B. PRÉSERVER LES DROITS DES CRÉANCIERS ANTÉRIEURS

1. L'opposabilité de l'affectation aux créanciers antérieurs

Dans sa version initiale, le projet de loi prévoyait que la déclaration d'affectation du patrimoine professionnel n'était opposable qu'aux créanciers dont les droits étaient nés postérieurement à son enregistrement.

En conséquence, l'ensemble du patrimoine de l'entrepreneur, affecté et non affecté, demeurait le gage de l'ensemble des créanciers dont les droits étaient nés antérieurement à l'affectation, que ces droits aient ou non pour origine l'activité professionnelle, étant entendu qu'en tout état de cause les sûretés antérieurement constituées n'étaient pas remises en causes par l'affectation. Les créances en cours n'étaient pas concernées par l'affectation.

Cependant, l'Assemblée nationale a préféré prendre la position inverse, avec l'avis favorable du rapporteur de sa commission des affaires économiques, saisie au fond, Mme Laure de la Raudière, et malgré l'avis défavorable du Gouvernement.

Une telle disposition permettrait à un entrepreneur individuel de réduire unilatéralement et de façon imprévisible le gage de ses créanciers tant professionnels que personnels, sans droit d'opposition.

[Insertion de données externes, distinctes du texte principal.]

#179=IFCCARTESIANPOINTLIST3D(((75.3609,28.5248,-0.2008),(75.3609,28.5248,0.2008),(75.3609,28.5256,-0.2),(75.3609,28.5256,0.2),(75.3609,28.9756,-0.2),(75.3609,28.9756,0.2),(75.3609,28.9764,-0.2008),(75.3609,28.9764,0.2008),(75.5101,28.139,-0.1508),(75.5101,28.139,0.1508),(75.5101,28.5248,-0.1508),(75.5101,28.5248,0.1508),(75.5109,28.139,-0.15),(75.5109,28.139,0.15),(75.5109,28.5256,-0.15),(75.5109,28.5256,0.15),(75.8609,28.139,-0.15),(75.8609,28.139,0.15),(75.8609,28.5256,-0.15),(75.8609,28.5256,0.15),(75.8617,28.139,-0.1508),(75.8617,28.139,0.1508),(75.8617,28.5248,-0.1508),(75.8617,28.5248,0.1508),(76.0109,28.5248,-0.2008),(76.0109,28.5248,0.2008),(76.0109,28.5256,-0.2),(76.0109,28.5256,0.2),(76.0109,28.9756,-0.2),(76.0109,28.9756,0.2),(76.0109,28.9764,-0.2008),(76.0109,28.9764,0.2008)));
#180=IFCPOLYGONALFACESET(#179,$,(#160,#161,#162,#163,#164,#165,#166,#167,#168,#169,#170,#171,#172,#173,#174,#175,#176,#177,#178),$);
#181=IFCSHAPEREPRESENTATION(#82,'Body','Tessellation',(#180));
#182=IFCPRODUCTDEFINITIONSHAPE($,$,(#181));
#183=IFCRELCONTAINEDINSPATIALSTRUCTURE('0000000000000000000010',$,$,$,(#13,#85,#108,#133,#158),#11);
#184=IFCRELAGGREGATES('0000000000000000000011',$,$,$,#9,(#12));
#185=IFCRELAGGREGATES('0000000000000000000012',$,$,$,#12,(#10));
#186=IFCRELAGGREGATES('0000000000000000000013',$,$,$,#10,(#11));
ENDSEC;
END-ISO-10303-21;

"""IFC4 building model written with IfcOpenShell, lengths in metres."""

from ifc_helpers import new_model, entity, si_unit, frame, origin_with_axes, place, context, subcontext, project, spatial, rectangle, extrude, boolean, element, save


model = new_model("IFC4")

2. Un doute constitutionnel

On peut s'interroger sur la constitutionnalité d'une telle disposition au regard du principe de la liberté contractuelle, qui résulte de l'article 4 de la Déclaration des droits de l'homme et du citoyen de 1789, et du droit, reconnu par le Conseil constitutionnel, au maintien de l'économie des conventions légalement conclues, qui en découle. Récemment encore, dans sa décision n° 2009-592 DC du 19 novembre 2009 portant sur la loi relative à l'orientation et à la formation professionnelle tout au long de la vie, le Conseil a rappelé son considérant de principe en la matière, selon lequel « le législateur ne saurait porter aux contrats légalement conclus une atteinte qui ne soit justifiée par un motif d'intérêt général suffisant sans méconnaître les exigences résultant des articles 4 et 16 de la Déclaration de 1789 ».

L'opposabilité de l'affectation aux créanciers antérieurs et donc aux contrats en cours porterait manifestement atteinte aux contrats conclus entre ceux-ci et les entrepreneurs individuels à responsabilité limitée, sans que l'on soit assuré que la seule protection du patrimoine personnel des entrepreneurs puisse nécessairement constituer un motif d'intérêt général suffisant.

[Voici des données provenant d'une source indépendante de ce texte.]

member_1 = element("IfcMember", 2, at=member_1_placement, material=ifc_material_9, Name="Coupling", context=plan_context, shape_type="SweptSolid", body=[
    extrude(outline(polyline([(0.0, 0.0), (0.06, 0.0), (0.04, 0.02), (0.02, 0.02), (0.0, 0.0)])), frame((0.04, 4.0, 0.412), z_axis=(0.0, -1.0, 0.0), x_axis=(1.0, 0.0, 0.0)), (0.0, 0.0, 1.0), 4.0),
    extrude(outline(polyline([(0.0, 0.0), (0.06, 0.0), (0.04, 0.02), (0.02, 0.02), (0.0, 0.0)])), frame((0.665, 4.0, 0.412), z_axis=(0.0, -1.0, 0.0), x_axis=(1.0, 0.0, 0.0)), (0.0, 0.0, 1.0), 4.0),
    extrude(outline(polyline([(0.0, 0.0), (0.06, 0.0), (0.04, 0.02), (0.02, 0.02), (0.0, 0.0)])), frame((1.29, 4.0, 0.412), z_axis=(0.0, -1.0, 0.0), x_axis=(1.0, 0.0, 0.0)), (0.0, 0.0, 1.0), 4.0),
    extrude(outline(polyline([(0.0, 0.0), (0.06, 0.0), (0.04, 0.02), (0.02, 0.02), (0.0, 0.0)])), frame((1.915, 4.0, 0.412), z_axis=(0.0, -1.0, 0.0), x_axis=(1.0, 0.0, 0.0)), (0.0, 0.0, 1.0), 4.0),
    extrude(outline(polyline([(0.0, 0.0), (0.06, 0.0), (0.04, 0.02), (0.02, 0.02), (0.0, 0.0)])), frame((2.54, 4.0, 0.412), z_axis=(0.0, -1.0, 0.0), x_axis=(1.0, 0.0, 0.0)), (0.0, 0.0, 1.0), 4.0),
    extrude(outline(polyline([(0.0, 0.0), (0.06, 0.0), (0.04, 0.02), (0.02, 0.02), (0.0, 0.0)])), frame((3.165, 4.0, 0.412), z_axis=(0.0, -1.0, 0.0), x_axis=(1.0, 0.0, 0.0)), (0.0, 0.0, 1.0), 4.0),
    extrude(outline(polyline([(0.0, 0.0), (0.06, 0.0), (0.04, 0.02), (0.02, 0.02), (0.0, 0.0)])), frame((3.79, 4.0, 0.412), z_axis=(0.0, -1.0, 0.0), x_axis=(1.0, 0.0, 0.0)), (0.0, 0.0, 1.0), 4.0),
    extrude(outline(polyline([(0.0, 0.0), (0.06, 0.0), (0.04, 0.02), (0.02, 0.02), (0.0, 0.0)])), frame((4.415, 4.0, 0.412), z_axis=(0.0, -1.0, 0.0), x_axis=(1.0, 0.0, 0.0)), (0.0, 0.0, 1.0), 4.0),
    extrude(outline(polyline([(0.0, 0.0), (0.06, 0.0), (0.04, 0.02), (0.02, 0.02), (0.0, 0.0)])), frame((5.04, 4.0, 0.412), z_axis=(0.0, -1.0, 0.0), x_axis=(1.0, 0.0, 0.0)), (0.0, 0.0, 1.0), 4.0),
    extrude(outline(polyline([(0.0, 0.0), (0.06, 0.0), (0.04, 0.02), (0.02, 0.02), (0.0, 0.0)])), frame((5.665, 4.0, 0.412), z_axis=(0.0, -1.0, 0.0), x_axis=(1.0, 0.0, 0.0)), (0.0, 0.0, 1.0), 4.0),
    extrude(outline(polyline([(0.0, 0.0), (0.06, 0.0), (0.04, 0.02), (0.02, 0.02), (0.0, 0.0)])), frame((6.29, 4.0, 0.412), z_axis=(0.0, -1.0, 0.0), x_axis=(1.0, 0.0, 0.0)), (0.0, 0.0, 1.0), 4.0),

Votre commission a estimé qu'il existait un doute constitutionnel.

3. Un aléa dans les relations économiques

Lorsque l'on évoque les créanciers des entrepreneurs individuels, on pense en premier lieu aux banques. Les établissements de crédit sont souvent des partenaires incontournables des artisans et des commerçants, tant pour le financement de l'activité, notamment au moment de sa création, que pour des nécessités de trésorerie.

Cependant, la plupart des organisations professionnelles entendues par votre rapporteur ont fait état de leur doute, voire de leur hostilité, à ce que l'affectation produise des effets à l'égard des créances en cours. En effet, les créanciers des entrepreneurs sont aussi souvent des fournisseurs, d'autres petits entrepreneurs, qui n'exigent pas les garanties que prennent les banques mais qui verraient de façon imprévisible le gage de leurs créances réduit.

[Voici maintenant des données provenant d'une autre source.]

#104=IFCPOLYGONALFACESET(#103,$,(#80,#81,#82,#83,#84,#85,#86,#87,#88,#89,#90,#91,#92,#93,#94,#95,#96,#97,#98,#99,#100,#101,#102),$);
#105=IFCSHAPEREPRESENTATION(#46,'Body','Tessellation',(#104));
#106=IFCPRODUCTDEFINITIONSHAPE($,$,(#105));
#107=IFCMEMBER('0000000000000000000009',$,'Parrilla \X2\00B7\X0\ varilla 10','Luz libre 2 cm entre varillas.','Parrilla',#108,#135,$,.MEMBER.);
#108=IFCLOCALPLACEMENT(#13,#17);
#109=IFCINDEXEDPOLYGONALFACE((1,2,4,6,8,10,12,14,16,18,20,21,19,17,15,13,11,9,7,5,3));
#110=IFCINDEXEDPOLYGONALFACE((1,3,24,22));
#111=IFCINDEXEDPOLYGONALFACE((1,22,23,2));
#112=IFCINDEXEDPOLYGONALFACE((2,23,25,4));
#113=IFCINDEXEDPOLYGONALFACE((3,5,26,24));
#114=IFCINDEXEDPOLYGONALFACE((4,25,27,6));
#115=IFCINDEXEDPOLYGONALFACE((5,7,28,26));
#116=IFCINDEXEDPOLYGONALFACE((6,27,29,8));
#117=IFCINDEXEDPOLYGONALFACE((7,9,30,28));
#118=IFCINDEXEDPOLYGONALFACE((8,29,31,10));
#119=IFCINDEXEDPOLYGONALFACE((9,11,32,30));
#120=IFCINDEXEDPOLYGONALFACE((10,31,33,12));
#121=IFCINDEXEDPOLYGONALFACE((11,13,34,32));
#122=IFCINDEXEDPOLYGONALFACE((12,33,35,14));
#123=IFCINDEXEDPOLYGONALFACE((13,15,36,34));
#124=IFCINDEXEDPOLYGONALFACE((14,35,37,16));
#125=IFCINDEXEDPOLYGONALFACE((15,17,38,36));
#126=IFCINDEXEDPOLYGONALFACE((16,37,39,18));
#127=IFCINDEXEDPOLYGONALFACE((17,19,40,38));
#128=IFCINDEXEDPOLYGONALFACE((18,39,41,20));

Au surplus, le comportement des établissements de crédit consistant à minimiser le risque de défaut de l'emprunteur en prenant, si nécessaire, des garanties d'un montant au moins équivalent voire supérieur aux sommes prêtées, l'opposabilité de l'affectation aux contrats de crédit en cours ne semble pas de nature à renforcer la confiance entre les entrepreneurs et les banques. La possible affectation à tout moment pourrait être perçue comme un « risque » nouveau, nécessitant des garanties encore plus lourdes.

Enfin, le parallélisme avec l'entreprise unipersonnelle à responsabilité limitée veut que les créances antérieures de l'entrepreneur individuel restent personnelles.

Aussi votre commission considère-t-elle que l'opposabilité de l'affectation du patrimoine professionnel aux créances en cours comporte trop de risques, d'effets pervers et d'effets d'aubaine injustifiés. Dans l'intérêt même des entrepreneurs à qui s'adresse le projet de loi, il est nécessaire de revenir à l'esprit de la rédaction initiale. En outre, ceci assurerait un parallélisme bienvenu, notamment en cas de cumul des deux dispositifs, avec les effets de la déclaration d'insaisissabilité, qui n'est opposable qu'aux créanciers professionnels postérieurs.